On that basis, comments and remarks can then be made about the films as if they were objects, the contours and dimensions of which have been established and agreed by all. This would make Third Cinema into a kind of genre, like a Crime Film or an Art Film or some such category.

I mobilised the notion of Third Cinema as a way of pointing out a direction for BOTH filmmakers and film viewers: just like the "best" directors seek to orchestrate film texts that have complex, multi-layered connections with the situation in and for which the films are made, so the viewers should open themselves up to "reading" not only the connections proposed and mobilised by the film, but also to a consciousness of the historicity of the way we see and read films.

Third Cinema is merely the type of film which activates and encourages such a practice of making sense. Obviously, as "we" become better at reading history at work in texts, more and more films will reveal their Third Cinema dimensions to us. Keeping these points in mind, Third Cinema is less powerful than Hollywood because the Hollywood machinery and its subsidiary variations (such as the Ukanian one, i.e. British) disposes of a vastly more powerful arsenal to discipline viewers into consuming films in very specific ways, and those are not Third Cinema ways of reading. On the contrary. Just think of the amount of money spent, almost throughout the century, day in day out in all media and educational institutions as well as advertising practices, on habituating us to read stories "for the content" or to make sure that we give absolute priority to the "characters". Looking at it that way, getting us to read films the way we do now, as "ordinary punters", costs billions of dollars and requires an absolutely gigantic cultural and educational machine to keep disciplining us on a daily basis. And even then, there are some thousands of people active in film culture who still have not succumbed (or have recovered) and persist in seeing films historically.

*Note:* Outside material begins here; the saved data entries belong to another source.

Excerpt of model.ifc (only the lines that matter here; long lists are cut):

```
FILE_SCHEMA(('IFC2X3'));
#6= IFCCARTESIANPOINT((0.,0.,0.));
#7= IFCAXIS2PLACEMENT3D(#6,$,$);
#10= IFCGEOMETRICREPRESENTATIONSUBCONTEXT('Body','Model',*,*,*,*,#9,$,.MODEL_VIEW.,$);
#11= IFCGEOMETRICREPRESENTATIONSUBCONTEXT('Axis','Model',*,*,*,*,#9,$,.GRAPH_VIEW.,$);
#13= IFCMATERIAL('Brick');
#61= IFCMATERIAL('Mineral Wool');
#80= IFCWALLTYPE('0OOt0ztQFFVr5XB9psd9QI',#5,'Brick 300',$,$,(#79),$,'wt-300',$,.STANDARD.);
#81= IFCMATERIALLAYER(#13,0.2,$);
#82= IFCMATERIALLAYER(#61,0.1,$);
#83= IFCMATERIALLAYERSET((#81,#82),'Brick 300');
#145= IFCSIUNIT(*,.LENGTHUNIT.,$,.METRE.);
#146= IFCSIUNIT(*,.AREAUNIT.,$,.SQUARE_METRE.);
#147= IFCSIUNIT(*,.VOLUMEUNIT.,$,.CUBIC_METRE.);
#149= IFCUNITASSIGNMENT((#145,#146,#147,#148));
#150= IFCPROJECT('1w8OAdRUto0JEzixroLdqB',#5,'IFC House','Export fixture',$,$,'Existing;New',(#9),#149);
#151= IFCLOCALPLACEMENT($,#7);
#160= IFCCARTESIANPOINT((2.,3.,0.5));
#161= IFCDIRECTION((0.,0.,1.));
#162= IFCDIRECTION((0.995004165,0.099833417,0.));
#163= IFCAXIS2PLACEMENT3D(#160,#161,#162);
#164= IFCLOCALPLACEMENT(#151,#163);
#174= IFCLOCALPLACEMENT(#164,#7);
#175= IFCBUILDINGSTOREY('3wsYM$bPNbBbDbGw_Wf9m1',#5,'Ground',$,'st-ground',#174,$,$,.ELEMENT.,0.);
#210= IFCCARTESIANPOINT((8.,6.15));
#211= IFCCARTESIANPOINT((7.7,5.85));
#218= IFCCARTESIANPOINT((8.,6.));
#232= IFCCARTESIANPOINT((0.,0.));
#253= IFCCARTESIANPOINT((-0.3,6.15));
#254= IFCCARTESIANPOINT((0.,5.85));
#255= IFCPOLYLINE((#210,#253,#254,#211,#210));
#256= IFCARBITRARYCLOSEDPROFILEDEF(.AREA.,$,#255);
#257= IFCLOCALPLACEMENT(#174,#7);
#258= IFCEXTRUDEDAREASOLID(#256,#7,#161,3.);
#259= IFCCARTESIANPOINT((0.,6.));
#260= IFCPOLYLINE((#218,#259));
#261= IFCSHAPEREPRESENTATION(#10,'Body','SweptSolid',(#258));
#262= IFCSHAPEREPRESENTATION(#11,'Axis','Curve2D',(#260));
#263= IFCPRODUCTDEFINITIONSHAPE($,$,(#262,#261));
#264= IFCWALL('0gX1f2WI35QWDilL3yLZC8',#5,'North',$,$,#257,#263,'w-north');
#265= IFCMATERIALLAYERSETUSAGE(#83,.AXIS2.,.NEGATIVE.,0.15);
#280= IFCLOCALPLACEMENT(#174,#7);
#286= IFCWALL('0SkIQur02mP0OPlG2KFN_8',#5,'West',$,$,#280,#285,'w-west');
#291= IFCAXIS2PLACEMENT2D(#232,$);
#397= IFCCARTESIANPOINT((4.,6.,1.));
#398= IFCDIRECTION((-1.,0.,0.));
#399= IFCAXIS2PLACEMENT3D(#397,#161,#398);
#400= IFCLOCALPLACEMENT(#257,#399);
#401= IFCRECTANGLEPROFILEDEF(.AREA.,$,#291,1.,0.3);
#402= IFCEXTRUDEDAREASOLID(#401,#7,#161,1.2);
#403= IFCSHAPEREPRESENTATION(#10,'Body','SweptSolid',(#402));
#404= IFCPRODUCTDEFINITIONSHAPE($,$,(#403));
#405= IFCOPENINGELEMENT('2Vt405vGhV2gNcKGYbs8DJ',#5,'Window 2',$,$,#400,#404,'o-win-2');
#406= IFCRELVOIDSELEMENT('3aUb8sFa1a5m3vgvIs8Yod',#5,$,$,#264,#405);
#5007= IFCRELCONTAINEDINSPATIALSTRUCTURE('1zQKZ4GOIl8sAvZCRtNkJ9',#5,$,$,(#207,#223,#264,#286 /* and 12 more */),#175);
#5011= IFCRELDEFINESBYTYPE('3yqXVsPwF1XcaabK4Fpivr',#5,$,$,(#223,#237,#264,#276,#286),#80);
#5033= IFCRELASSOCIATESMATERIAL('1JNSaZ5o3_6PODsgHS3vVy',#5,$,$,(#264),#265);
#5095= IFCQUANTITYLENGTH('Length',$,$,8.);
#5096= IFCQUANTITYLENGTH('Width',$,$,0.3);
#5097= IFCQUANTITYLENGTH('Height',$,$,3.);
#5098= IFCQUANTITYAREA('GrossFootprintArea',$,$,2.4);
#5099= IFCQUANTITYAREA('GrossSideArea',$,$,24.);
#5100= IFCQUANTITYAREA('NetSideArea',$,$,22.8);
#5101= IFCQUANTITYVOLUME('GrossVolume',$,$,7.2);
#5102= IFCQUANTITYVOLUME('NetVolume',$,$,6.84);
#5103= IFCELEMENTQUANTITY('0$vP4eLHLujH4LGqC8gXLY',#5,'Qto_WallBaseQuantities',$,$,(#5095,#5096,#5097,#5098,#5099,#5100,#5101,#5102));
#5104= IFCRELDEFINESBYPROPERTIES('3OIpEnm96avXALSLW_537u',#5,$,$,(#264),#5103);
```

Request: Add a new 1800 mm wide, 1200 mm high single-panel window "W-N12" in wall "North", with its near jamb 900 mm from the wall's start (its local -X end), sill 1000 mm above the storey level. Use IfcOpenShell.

```python
import numpy as np
import ifcopenshell
import ifcopenshell.api.feature
import ifcopenshell.api.geometry
import ifcopenshell.api.pset
import ifcopenshell.api.root
import ifcopenshell.api.spatial
import ifcopenshell.api.type
import ifcopenshell.geom
import ifcopenshell.util.element
import ifcopenshell.util.placement
import ifcopenshell.util.representation
import ifcopenshell.util.shape
import ifcopenshell.util.unit

model = ifcopenshell.open("model.ifc")
unit_scale = ifcopenshell.util.unit.calculate_unit_scale(model)
area_scale = ifcopenshell.util.unit.calculate_unit_scale(model, "AREAUNIT")
volume_scale = ifcopenshell.util.unit.calculate_unit_scale(model, "VOLUMEUNIT")
settings = ifcopenshell.geom.settings()


def volume(element):
    """Net volume in cubic metres, openings subtracted."""
    shape = ifcopenshell.geom.create_shape(settings, element)
    return ifcopenshell.util.shape.get_volume(shape.geometry)


wall = model.by_guid("0gX1f2WI35QWDilL3yLZC8")
storey = ifcopenshell.util.element.get_container(wall, ifc_class="IfcBuildingStorey")
context = ifcopenshell.util.representation.get_context(model, "Model", "Body", "MODEL_VIEW")
before = volume(wall)

width, height, from_end, sill = 1.8, 1.2, 0.9, 1  # metres

# The wall runs along its own X axis, and the end named is its -X end.
wall_shape = ifcopenshell.geom.create_shape(settings, wall)
x, y, z = ifcopenshell.util.shape.get_vertices(wall_shape.geometry).T
start = x.min() + from_end
face, thickness = float(y.min()), float(y.max() - y.min())
wall_matrix = ifcopenshell.util.placement.get_local_placement(wall.ObjectPlacement)
level = ifcopenshell.util.placement.get_local_placement(storey.ObjectPlacement)[2, 3]


def in_wall(x, y):
    """Placement at x, y metres in the wall's axes, at sill height."""
    matrix = wall_matrix.copy()
    matrix[:, 3] = wall_matrix @ np.array([x / unit_scale, y / unit_scale, 0.0, 1.0])
    matrix[2, 3] = level + sill / unit_scale
    return matrix


# Opening: a box that overshoots both wall faces by 50 mm.
opening = ifcopenshell.api.root.create_entity(model, ifc_class="IfcOpeningElement")
box = ifcopenshell.api.geometry.add_wall_representation(
    model, context=context, length=width, height=height, thickness=thickness + 0.1
)
ifcopenshell.api.geometry.assign_representation(model, product=opening, representation=box)
ifcopenshell.api.geometry.edit_object_placement(model, product=opening, matrix=in_wall(start, face - 0.05), is_si=False)
ifcopenshell.api.feature.add_feature(model, feature=opening, element=wall)

window = ifcopenshell.api.root.create_entity(model, ifc_class="IfcWindow", name="W-N12")
window.OverallWidth, window.OverallHeight = width / unit_scale, height / unit_scale
body = ifcopenshell.api.geometry.add_window_representation(
    model,
    context=context,
    overall_width=window.OverallWidth,
    overall_height=window.OverallHeight,
    partition_type="SINGLE_PANEL",
)
ifcopenshell.api.geometry.assign_representation(model, product=window, representation=body)
ifcopenshell.api.spatial.assign_container(model, products=[window], relating_structure=storey)
fills = ifcopenshell.api.feature.add_filling(model, opening=opening, element=window)
fills.OwnerHistory = window.OwnerHistory  # required in IFC2X3

# IFC2X3 keeps the operation on the window style.
style = ifcopenshell.api.root.create_entity(model, ifc_class="IfcWindowStyle", name="W-N12")
style.OperationType, style.ConstructionType = "SINGLE_PANEL", "NOTDEFINED"
style.ParameterTakesPrecedence = style.Sizeable = False
ifcopenshell.api.type.assign_type(model, related_objects=[window], relating_type=style)

# Centre the window in the wall's thickness.
ifcopenshell.api.geometry.edit_object_placement(model, product=window, matrix=in_wall(start, face), is_si=False)
window_shape = ifcopenshell.geom.create_shape(settings, window)
depth = ifcopenshell.util.shape.get_vertices(window_shape.geometry)[:, 1]
offset = face + thickness / 2 - (depth.min() + depth.max()) / 2
ifcopenshell.api.geometry.edit_object_placement(model, product=window, matrix=in_wall(start, offset), is_si=False)

after = volume(wall)

# Update the wall's stored quantities.
qto = model.by_id(ifcopenshell.util.element.get_pset(wall, "Qto_WallBaseQuantities", should_inherit=False)["id"])
ifcopenshell.api.pset.edit_qto(model, qto=qto, properties={
    "NetSideArea": after / thickness / area_scale,
    "NetVolume": after / volume_scale,
})

print(f"wall volume {before:.3f} -> {after:.3f} m3")

model.write("model_v2.ifc")
```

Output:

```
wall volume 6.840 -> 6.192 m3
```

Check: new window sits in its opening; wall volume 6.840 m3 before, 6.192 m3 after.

The very size and cost of the machinery deployed to make us read in "the industry way" (in order to make selling films more predictably profitable) suggests that, yes, it is powerful, but people's desire to read differently is even more powerful, otherwise the Big Machine would not be so necessary and would be more successful.

The problem, though, is that although it may require immense effort and cost to make us read in a particular way, the real success of the Machine is that it has made other ways of reading difficult to imagine for most of us, leaving us with an obscure, unfocussed sense of "something else ought to be possible". That may fuel desire, but it cannot provide a market sizable enough to make an entire production sector profitable.

Further questions include:
Q - What relevance does the concept of Third Cinema have for film and video practitioners working today in the UK?
Q - What is the relationship between Third Cinema and the so-called diaspora cinema? Is Third Cinema only relevant to Black Independents, or can it be applied to Gay and Women's cinema? Or are these sections irrelevant?
Q - Does Third Cinema offer an alternative visual grammar?...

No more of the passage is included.